• DATA IN THIS EXERCISE:
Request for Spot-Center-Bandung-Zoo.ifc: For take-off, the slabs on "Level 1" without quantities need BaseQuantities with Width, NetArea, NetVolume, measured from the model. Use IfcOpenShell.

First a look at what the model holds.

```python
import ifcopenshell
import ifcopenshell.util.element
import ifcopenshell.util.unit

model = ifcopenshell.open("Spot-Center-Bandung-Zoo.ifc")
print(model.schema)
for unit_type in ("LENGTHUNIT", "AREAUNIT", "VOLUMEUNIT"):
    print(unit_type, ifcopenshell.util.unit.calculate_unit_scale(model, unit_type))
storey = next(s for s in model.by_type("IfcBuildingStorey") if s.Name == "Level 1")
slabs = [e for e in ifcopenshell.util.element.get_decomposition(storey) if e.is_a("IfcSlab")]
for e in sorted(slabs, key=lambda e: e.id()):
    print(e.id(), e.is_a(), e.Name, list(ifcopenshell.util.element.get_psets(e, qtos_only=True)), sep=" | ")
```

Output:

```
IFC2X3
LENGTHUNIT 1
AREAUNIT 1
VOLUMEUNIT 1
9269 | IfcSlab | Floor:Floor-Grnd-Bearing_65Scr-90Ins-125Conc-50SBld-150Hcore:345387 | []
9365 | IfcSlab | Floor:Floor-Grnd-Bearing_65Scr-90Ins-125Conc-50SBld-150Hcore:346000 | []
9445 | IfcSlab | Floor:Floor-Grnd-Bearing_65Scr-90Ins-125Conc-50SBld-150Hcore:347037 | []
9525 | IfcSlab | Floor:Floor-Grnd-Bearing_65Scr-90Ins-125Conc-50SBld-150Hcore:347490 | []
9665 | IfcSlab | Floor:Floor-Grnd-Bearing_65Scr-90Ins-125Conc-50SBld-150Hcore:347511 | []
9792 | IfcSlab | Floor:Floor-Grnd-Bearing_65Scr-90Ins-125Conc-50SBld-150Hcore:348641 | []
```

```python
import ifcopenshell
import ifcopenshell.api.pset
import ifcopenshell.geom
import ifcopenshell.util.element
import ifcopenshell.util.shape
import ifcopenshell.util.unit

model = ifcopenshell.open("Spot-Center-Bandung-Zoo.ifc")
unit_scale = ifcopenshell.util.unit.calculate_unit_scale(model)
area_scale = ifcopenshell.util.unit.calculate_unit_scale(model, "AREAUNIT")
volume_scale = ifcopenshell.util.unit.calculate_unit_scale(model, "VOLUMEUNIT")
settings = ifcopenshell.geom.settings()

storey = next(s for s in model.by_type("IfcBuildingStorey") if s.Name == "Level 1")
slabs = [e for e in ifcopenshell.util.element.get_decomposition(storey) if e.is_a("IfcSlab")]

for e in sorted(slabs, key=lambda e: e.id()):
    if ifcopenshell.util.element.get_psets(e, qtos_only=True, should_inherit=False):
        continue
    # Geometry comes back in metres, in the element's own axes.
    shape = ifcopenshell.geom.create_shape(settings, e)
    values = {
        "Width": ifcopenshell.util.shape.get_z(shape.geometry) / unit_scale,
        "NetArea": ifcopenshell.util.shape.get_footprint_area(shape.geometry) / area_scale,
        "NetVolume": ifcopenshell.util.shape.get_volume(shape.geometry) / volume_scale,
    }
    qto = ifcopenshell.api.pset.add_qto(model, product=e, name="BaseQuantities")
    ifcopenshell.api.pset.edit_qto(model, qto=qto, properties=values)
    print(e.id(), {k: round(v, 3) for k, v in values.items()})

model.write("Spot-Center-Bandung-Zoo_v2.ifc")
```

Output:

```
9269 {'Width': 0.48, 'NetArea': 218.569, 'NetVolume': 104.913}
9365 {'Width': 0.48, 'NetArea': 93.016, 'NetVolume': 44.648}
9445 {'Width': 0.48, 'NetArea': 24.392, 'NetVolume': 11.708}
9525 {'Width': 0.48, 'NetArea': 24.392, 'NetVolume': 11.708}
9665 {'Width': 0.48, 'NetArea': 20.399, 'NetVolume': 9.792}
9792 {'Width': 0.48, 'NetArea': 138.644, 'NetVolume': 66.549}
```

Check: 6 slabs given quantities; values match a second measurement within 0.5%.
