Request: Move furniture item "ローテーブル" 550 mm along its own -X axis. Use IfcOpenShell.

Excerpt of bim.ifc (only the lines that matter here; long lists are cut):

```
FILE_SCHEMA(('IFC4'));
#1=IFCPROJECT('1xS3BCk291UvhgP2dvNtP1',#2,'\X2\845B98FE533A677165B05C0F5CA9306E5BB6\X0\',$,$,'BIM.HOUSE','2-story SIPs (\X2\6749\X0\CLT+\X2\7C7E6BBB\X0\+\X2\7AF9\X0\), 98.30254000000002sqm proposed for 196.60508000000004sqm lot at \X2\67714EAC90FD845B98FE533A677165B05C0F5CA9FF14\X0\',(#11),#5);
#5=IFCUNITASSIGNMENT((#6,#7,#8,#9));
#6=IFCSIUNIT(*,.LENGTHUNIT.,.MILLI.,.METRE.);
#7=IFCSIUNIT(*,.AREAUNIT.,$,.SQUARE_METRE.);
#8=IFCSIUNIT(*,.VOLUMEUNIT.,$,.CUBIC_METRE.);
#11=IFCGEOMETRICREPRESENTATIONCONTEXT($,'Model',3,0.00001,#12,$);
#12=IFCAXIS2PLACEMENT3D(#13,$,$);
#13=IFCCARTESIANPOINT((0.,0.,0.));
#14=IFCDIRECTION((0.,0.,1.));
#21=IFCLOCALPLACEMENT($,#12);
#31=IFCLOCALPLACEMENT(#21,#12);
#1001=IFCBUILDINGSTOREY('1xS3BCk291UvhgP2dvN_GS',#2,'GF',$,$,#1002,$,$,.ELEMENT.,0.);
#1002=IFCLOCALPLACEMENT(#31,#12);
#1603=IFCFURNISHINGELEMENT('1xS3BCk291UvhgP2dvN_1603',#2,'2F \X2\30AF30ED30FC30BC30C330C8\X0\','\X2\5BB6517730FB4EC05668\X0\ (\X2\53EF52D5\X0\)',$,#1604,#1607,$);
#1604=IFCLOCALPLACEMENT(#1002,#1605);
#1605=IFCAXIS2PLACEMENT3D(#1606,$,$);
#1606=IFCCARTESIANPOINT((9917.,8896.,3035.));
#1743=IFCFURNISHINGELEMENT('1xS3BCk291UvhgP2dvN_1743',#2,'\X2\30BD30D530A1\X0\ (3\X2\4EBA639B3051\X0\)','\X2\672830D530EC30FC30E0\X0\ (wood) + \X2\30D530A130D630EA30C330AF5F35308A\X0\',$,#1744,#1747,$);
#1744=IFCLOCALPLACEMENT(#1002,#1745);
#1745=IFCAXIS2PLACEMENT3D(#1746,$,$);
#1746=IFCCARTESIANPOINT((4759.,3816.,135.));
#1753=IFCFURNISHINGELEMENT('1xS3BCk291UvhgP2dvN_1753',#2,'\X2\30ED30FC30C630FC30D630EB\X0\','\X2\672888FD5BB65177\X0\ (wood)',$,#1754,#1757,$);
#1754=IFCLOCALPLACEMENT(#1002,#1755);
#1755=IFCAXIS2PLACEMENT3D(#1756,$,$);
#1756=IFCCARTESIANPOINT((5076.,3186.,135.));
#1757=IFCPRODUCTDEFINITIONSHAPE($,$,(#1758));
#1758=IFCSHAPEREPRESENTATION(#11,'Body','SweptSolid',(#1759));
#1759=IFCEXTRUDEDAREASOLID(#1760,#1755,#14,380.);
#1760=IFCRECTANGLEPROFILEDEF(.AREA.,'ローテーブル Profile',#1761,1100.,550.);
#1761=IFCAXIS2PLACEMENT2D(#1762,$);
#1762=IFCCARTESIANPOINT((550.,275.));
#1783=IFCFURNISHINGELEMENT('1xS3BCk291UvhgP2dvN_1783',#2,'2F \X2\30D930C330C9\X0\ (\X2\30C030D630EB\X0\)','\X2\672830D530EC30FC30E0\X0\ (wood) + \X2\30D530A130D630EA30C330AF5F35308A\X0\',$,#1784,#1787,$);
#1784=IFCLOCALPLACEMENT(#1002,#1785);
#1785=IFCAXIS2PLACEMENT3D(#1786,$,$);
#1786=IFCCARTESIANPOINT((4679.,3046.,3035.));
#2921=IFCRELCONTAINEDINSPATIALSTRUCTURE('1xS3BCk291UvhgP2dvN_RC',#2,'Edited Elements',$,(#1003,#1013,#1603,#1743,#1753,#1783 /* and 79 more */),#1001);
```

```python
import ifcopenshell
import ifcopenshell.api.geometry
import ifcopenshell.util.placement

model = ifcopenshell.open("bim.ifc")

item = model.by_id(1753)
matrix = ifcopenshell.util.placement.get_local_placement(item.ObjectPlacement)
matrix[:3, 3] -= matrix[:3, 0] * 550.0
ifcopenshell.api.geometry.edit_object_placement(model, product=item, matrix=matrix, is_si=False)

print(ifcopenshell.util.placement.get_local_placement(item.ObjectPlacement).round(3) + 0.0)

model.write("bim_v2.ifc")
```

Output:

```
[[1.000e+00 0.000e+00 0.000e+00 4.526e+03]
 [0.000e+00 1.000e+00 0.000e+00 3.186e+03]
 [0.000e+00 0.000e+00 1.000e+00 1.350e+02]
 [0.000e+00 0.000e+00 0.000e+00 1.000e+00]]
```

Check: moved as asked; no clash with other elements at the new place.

...

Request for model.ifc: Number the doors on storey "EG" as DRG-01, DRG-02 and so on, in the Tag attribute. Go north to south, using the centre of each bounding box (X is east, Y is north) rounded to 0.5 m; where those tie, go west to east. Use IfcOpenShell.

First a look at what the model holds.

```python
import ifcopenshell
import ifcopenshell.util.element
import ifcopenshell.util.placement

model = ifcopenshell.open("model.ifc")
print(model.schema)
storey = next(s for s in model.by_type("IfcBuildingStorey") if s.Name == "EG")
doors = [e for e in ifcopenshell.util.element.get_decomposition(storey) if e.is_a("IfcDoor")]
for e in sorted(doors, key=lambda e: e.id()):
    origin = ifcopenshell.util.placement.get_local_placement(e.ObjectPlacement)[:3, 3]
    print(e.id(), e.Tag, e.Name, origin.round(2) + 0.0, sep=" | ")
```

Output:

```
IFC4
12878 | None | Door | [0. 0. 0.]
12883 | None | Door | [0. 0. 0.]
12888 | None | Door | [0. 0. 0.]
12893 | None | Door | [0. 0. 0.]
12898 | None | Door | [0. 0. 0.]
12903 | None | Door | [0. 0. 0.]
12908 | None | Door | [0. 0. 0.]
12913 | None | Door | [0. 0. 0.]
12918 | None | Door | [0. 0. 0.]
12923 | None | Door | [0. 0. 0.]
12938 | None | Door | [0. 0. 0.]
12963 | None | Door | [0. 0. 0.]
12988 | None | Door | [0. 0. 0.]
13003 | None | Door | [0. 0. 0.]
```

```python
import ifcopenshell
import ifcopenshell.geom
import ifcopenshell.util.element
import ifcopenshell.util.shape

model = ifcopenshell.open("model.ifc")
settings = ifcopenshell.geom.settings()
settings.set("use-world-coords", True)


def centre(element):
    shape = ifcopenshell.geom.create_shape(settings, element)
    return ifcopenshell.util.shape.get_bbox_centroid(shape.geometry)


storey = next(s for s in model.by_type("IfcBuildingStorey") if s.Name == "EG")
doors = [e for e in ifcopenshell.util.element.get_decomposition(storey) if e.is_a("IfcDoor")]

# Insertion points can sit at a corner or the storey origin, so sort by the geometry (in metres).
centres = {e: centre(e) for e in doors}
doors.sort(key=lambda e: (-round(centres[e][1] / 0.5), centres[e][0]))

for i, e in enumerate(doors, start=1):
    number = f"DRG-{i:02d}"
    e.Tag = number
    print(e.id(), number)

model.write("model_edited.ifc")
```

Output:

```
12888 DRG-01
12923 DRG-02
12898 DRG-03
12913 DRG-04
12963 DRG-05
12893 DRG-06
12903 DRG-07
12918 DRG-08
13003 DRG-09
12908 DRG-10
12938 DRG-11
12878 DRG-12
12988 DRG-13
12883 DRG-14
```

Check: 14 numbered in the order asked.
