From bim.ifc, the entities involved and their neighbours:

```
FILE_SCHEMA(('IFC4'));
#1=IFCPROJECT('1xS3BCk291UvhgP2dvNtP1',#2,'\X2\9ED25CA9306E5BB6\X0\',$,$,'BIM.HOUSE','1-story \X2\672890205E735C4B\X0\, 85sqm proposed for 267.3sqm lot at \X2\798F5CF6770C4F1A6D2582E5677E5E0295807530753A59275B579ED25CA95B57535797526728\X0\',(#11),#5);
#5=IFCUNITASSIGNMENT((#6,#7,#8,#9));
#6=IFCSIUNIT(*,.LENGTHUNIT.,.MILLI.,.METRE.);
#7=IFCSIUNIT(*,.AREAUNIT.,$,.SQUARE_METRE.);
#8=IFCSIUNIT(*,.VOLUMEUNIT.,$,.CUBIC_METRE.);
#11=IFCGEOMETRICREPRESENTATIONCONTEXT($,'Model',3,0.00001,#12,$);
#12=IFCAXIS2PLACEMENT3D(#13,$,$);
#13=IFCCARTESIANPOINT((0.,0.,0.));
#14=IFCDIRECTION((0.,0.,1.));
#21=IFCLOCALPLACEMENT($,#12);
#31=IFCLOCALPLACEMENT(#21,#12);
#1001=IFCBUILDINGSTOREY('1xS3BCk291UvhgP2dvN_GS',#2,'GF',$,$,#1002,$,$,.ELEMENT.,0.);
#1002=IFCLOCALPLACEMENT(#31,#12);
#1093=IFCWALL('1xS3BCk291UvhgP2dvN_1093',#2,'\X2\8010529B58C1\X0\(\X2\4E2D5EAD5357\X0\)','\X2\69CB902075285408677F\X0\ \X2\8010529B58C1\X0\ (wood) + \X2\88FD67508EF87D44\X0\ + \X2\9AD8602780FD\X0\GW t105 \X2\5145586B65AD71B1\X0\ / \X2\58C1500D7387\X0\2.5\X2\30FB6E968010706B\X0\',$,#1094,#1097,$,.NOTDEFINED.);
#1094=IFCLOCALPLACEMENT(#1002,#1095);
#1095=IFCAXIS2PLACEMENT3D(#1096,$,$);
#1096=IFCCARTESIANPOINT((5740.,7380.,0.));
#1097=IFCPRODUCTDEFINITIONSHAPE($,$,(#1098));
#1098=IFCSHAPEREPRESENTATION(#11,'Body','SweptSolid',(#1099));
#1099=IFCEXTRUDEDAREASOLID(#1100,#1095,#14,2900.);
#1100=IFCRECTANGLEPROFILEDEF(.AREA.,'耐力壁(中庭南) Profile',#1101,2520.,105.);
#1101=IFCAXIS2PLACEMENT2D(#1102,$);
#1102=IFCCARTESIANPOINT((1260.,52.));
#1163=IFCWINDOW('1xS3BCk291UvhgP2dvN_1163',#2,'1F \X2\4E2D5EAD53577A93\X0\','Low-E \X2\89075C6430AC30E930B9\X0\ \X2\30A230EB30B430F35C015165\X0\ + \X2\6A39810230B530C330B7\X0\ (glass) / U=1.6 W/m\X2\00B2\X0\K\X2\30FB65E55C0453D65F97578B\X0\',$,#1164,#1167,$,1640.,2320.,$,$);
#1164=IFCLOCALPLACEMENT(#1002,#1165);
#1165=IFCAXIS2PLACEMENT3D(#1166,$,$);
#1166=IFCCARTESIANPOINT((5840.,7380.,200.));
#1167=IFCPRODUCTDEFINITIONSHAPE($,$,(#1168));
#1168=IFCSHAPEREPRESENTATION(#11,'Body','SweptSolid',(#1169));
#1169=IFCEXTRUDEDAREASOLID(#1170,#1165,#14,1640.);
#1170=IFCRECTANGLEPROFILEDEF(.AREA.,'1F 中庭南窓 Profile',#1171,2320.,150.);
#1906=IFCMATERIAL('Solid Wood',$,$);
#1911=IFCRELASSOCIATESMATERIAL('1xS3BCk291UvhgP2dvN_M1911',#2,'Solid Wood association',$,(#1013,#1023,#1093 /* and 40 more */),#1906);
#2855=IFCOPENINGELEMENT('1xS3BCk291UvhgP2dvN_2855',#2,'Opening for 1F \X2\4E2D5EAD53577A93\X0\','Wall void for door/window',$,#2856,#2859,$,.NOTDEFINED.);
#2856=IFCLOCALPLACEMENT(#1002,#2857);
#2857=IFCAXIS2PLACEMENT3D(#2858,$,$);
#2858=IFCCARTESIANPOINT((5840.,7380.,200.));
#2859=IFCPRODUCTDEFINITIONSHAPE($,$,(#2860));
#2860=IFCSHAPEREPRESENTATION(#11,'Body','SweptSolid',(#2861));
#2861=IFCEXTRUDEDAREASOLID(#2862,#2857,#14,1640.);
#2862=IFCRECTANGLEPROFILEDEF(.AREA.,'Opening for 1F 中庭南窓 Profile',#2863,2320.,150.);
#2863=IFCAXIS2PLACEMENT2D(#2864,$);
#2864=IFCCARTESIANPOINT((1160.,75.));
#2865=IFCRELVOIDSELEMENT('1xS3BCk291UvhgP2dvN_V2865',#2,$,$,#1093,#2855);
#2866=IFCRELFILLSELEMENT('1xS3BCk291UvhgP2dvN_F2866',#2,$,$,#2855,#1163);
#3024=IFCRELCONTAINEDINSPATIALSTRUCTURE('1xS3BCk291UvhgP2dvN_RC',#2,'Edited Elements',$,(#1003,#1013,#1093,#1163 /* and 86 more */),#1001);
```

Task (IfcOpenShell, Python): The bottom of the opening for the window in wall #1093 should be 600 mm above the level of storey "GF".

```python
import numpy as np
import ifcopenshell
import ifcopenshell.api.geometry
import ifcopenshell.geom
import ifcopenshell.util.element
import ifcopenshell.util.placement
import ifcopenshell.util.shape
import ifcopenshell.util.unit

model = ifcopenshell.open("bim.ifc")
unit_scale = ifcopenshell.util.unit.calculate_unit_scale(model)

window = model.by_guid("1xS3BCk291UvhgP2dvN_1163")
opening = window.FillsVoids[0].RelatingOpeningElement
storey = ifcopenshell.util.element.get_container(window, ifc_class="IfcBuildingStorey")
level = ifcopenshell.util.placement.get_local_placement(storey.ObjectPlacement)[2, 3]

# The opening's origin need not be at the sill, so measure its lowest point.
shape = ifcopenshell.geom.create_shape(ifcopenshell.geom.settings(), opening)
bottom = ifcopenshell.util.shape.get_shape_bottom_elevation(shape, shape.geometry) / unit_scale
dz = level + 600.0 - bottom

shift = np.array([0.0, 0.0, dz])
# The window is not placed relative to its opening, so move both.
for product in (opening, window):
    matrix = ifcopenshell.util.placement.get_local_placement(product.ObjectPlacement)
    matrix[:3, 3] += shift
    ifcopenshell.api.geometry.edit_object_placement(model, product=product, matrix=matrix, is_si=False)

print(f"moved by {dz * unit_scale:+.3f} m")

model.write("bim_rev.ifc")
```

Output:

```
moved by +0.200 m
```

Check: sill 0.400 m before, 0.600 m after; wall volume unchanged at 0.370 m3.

--

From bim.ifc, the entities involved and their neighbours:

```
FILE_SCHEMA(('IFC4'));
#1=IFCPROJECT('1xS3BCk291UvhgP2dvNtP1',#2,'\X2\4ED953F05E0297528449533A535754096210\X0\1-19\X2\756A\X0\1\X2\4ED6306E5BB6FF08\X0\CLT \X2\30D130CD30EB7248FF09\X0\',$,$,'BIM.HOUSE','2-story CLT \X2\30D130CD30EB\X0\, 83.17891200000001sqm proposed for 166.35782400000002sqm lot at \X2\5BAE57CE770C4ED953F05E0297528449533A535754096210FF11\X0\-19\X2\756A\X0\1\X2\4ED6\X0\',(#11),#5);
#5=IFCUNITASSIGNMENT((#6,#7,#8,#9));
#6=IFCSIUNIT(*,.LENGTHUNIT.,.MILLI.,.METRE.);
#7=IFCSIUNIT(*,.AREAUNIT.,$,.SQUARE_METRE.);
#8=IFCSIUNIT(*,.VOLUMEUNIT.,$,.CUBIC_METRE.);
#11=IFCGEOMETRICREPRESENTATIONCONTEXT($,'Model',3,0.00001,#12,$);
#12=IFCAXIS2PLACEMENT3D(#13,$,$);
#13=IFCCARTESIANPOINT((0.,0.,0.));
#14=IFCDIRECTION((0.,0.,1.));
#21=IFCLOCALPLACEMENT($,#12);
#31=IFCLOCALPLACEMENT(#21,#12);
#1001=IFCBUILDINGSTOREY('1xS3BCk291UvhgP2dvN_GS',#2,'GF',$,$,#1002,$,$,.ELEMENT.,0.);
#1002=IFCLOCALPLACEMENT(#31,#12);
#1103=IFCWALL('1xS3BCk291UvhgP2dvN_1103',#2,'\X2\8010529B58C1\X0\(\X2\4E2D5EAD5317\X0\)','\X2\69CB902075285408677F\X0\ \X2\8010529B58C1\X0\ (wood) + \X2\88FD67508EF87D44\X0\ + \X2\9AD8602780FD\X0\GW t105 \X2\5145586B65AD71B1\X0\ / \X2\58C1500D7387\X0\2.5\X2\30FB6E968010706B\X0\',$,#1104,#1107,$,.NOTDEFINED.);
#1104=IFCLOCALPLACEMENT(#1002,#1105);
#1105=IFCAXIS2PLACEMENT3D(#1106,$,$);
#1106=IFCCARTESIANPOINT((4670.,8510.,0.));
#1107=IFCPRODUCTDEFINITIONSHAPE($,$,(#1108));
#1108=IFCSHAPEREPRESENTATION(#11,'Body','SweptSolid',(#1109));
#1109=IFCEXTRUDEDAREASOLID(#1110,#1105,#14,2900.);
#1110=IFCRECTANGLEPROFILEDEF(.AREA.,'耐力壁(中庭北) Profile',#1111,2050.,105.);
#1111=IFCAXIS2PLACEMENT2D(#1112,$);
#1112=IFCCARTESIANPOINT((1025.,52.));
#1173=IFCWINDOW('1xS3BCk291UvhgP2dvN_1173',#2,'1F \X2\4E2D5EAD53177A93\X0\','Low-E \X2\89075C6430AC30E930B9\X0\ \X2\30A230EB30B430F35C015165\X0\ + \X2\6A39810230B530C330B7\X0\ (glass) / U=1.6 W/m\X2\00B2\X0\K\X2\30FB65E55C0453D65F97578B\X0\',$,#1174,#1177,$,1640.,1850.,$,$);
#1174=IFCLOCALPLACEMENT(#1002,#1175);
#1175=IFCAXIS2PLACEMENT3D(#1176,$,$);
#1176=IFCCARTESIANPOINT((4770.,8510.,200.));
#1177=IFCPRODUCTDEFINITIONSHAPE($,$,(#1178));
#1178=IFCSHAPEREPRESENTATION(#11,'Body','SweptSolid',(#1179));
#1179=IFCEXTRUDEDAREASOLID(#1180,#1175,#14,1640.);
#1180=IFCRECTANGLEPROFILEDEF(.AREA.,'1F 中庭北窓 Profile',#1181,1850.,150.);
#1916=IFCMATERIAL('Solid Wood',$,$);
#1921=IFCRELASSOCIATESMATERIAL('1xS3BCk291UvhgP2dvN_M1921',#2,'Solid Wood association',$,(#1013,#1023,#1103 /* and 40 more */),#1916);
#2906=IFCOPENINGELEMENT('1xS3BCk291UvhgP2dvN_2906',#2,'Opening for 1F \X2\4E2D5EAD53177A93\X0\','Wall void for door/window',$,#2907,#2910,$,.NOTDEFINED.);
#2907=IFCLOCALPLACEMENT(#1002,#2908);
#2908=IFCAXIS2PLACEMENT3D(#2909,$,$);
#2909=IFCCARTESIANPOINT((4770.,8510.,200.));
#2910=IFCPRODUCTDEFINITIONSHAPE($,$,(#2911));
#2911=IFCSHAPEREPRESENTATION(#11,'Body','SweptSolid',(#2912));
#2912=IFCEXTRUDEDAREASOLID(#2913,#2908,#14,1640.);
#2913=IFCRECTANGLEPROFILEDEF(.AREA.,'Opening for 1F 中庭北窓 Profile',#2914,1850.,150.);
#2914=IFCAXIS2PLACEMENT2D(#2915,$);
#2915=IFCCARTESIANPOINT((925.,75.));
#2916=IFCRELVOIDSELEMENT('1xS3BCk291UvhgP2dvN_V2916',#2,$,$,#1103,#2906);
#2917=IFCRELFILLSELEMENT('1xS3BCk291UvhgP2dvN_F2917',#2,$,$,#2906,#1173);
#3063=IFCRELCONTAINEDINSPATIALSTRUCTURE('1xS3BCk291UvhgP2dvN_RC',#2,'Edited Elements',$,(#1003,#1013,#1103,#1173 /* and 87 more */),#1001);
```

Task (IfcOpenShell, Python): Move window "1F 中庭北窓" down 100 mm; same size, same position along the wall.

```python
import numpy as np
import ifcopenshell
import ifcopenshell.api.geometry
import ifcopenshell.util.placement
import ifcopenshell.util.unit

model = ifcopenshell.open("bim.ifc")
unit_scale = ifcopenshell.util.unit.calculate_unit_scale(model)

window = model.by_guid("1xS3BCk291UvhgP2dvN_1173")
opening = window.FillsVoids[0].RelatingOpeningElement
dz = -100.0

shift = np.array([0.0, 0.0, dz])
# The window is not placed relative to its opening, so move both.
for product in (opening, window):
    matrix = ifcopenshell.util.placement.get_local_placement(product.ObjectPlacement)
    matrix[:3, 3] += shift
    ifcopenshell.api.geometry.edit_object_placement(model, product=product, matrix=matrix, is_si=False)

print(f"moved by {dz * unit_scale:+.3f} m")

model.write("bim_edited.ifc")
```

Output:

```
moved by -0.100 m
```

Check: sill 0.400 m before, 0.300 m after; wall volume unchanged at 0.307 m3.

• YOUR TASK: Across the entries, how many lines contain "before"? Reply with the number only.

• EXERCISE ANSWER: 2